Ann, who lives in Brought Ferry with her husband David, former vice-principal of University of Dundee, worked previously as a lecturer, translator, freelance journalist and software designer, with nine years on the governing council of the Open University and five years as a manager and editor in the technical author division of an international computer company.
She is also chair of Dundee Book Events which promotes books and authors to the general public and which has brought many distinguished literary figures to the city since the mid-1990s.
Having given up her full-time job to concentrate on her writing, she has received high praise for her previous books, The Anniversary, The Travellers and A Running Tide.

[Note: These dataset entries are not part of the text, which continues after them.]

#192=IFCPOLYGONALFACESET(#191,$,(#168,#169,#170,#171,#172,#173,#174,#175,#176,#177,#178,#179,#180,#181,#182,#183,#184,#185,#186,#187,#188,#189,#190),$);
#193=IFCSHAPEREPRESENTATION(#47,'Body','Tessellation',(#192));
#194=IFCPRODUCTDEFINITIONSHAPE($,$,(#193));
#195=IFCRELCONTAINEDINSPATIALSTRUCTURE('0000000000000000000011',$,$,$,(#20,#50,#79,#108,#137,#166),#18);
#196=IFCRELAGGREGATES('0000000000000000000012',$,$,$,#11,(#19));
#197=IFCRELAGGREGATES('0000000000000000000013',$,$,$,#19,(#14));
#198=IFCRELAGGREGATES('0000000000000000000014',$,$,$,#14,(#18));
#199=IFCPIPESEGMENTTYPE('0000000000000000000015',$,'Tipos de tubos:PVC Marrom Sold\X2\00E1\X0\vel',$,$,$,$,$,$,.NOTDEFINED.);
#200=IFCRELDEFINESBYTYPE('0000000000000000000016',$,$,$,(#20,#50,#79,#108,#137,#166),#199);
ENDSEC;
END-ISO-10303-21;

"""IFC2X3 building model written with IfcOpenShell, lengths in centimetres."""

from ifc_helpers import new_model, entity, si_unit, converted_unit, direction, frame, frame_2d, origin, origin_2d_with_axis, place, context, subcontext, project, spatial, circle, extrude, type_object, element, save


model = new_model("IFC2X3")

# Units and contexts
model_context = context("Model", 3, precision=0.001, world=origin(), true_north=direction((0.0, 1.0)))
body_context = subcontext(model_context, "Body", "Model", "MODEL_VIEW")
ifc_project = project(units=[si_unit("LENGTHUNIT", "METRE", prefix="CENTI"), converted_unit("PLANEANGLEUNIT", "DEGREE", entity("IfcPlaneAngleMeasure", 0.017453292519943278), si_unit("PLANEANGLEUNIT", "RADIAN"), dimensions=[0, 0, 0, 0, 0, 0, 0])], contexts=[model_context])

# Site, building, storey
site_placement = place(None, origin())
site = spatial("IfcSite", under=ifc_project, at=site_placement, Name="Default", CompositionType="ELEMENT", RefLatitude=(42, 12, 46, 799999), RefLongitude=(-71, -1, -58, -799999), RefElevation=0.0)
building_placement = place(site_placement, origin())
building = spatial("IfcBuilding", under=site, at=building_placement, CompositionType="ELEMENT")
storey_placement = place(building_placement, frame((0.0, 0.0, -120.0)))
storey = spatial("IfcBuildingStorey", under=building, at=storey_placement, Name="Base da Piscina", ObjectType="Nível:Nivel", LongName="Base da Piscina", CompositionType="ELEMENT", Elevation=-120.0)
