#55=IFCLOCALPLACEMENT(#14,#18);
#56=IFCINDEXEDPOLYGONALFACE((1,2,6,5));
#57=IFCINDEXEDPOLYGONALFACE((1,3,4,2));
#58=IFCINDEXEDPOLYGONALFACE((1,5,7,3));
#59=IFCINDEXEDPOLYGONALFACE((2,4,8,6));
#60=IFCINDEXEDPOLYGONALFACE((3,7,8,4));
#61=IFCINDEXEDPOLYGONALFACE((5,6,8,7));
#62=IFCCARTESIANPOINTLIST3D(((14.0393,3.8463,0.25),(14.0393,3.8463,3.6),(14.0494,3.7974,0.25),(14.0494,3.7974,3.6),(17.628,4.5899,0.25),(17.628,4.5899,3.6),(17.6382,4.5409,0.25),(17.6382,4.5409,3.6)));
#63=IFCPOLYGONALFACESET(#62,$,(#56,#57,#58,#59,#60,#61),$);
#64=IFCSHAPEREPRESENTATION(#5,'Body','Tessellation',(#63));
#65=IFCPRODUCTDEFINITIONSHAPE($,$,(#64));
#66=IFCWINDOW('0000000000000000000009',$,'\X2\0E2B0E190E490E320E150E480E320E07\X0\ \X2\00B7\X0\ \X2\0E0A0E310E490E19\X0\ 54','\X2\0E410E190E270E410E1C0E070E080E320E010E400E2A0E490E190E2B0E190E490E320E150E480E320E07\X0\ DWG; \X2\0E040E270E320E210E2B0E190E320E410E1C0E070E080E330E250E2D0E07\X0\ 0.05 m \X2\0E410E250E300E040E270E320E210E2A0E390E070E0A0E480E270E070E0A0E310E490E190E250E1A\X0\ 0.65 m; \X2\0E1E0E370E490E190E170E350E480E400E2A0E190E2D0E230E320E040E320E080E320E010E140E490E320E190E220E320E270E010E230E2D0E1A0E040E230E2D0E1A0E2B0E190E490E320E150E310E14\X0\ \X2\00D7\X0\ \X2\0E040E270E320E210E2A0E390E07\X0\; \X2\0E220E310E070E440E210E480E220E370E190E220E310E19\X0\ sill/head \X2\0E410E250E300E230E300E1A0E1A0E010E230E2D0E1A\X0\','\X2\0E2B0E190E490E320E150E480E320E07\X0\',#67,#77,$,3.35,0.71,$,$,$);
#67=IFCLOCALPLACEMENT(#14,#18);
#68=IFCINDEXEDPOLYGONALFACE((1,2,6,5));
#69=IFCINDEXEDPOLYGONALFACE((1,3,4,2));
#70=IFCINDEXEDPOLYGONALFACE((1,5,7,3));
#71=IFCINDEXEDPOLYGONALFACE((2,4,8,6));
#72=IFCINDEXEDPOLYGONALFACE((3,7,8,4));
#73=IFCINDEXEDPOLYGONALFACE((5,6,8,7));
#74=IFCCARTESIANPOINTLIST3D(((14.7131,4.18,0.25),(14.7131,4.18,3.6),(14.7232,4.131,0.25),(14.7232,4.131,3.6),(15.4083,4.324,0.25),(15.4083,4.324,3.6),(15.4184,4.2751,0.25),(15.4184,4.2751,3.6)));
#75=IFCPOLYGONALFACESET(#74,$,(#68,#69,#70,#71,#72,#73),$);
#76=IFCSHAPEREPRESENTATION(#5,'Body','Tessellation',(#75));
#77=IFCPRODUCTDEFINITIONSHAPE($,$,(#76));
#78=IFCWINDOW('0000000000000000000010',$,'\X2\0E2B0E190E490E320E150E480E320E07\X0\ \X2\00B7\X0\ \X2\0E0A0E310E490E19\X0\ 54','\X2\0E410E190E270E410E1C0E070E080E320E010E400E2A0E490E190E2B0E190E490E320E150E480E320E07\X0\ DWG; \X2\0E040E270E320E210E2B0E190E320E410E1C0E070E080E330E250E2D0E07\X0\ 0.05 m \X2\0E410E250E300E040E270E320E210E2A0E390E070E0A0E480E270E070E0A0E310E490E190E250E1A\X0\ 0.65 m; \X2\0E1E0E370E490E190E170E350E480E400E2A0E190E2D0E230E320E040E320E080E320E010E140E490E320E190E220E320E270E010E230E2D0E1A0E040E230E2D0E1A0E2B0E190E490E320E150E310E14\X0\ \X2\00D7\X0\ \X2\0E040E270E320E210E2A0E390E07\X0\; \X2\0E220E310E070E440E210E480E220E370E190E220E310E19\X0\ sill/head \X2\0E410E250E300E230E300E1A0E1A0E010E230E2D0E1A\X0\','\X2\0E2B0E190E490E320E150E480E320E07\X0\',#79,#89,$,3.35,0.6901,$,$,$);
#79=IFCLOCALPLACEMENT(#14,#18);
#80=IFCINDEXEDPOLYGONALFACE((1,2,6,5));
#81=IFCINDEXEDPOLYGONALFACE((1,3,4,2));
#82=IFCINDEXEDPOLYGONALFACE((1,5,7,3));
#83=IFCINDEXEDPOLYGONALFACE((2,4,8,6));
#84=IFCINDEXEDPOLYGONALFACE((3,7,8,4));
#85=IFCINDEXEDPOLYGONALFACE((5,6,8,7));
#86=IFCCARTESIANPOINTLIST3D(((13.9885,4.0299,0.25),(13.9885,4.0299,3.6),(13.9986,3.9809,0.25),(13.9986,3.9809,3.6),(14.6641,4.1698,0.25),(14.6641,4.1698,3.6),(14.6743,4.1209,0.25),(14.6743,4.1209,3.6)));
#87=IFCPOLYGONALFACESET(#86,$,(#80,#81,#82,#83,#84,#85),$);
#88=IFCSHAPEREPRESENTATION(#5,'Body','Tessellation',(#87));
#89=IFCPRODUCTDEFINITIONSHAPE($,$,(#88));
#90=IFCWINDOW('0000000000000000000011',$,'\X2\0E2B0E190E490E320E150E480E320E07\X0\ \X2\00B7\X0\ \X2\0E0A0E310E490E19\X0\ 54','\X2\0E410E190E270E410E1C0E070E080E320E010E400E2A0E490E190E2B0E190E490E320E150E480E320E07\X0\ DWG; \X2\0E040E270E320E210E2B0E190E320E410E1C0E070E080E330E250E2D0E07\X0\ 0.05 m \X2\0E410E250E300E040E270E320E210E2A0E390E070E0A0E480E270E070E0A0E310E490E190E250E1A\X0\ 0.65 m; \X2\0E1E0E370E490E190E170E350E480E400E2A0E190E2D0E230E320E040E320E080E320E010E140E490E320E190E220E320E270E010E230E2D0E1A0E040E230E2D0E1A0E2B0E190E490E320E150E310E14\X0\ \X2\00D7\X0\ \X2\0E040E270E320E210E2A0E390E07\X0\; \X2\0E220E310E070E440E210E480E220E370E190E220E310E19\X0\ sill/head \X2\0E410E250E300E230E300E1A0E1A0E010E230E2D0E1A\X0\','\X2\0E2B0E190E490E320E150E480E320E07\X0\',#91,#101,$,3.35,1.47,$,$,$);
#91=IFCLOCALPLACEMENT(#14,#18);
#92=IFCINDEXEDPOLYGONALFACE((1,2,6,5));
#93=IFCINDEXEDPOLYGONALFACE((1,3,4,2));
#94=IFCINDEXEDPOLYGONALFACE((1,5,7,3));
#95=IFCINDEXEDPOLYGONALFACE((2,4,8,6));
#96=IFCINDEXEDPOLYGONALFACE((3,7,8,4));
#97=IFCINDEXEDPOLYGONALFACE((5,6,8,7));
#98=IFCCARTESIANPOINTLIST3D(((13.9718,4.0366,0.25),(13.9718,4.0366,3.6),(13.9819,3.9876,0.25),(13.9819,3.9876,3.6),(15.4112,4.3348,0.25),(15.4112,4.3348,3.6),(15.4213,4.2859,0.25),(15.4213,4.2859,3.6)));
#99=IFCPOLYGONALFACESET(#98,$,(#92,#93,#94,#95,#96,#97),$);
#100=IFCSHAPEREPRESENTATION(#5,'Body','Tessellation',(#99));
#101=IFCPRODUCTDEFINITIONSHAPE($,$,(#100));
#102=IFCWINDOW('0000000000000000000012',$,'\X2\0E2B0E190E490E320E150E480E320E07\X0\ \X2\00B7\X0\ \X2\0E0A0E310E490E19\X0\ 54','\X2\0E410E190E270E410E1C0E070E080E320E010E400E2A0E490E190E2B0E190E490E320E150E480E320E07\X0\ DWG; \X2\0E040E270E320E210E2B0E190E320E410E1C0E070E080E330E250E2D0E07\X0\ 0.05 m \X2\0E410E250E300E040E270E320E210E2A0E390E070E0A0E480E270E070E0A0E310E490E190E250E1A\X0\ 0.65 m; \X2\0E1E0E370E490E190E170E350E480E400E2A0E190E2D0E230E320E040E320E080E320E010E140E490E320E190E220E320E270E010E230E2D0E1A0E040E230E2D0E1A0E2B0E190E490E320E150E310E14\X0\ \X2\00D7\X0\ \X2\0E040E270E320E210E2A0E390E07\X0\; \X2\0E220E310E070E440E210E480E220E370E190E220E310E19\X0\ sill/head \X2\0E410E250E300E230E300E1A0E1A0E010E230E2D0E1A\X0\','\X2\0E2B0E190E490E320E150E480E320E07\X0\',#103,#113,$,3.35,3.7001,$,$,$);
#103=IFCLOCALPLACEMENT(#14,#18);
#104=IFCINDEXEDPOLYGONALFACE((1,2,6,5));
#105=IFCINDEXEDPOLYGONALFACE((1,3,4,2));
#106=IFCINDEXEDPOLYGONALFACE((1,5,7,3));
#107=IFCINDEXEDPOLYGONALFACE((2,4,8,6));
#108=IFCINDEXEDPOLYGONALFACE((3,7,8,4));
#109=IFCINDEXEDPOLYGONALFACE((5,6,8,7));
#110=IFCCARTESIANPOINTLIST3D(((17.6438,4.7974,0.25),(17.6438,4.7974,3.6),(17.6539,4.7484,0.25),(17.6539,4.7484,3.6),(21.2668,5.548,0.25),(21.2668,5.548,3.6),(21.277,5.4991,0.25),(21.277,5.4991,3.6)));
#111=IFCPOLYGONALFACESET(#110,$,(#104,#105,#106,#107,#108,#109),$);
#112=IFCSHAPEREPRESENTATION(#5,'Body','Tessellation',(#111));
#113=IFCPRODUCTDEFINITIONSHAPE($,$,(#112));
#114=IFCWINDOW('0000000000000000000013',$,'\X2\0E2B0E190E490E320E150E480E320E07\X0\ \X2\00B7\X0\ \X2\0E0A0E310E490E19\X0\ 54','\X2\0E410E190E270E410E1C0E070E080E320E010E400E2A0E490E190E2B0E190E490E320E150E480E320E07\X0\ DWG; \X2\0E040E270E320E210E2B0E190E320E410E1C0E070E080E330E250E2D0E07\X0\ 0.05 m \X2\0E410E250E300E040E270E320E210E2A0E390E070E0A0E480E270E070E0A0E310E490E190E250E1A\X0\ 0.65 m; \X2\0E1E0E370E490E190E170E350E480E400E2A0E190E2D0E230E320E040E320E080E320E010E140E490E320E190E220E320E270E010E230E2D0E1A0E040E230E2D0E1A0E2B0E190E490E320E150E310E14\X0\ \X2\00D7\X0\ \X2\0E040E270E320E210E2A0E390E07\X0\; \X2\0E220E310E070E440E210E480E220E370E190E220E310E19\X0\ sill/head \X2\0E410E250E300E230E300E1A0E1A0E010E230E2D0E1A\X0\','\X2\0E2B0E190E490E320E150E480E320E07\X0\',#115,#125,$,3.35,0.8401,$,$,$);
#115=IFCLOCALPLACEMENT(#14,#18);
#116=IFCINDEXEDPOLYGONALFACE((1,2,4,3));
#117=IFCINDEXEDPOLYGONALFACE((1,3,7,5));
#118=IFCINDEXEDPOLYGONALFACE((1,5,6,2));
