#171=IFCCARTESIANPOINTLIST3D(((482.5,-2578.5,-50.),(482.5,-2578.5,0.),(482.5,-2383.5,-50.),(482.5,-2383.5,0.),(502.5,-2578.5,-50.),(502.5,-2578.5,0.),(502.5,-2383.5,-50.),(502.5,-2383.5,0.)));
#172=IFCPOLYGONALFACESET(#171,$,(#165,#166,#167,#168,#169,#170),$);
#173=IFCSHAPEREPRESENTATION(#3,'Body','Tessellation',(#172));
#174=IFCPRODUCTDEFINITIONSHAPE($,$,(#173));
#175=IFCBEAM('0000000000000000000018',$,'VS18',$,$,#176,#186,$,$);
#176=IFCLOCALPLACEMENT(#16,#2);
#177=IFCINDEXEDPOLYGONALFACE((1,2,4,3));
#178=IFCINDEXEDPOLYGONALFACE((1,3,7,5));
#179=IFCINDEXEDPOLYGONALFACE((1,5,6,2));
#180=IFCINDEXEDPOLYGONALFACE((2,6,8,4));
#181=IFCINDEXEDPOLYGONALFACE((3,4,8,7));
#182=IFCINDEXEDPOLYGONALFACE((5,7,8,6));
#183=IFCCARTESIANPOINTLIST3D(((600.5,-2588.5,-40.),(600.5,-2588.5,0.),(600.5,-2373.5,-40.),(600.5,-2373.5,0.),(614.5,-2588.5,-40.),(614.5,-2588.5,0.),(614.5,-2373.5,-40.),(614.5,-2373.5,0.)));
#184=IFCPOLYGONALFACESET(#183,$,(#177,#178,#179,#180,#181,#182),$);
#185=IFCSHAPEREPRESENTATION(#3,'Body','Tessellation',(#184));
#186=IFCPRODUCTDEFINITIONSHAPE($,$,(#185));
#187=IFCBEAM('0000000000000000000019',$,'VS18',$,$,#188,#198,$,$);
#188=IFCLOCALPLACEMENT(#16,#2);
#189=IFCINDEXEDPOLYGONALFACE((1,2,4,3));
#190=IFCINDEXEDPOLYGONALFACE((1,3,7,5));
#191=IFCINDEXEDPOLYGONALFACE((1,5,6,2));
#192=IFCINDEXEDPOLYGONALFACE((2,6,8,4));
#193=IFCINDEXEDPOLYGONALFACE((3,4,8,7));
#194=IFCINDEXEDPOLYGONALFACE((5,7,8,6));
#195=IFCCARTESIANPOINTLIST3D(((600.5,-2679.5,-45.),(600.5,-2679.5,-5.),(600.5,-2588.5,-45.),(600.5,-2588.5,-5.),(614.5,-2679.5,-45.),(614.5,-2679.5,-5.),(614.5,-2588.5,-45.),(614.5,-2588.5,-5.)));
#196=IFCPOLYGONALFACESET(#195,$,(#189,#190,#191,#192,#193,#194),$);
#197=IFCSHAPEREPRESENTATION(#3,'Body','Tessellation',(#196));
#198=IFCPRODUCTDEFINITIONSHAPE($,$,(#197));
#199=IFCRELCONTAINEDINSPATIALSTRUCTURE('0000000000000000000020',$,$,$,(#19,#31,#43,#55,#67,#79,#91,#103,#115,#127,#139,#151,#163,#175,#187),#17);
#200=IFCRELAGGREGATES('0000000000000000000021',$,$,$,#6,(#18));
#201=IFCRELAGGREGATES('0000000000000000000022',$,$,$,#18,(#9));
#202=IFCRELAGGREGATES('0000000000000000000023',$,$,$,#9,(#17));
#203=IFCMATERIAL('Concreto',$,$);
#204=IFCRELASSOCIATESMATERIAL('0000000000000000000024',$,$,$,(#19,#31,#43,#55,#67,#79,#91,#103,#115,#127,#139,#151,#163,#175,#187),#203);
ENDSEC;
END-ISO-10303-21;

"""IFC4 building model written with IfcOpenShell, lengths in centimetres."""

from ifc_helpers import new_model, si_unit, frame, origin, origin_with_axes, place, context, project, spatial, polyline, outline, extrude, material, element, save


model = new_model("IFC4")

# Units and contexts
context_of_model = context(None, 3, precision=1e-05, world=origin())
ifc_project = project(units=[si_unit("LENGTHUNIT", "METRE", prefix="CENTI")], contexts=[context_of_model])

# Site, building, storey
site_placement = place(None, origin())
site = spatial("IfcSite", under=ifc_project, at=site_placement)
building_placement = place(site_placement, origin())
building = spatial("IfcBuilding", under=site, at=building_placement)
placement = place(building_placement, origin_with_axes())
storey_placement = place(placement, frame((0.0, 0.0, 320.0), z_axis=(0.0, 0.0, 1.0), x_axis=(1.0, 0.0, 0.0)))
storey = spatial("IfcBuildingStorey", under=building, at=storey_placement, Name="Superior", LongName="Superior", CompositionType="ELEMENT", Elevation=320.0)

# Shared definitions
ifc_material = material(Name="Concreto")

This is her fourth novel and one, she admits, that has really left its mark with its author.
“Some of the lines of research were so powerful, so fascinating, it would be difficult to match that, I think. I found it very compelling to write.”
Ann also reckons that it’s the kind of book that will be good for reading groups to discuss—“ I’ve been speaking to librarians and book group leaders in Angus and Dundee about it. I hope it’s something that people will enjoy but it also has the potential to invite argument, stimulate debate and really get a discussion going.
“It’s the book I’ve enjoyed writing most so far.”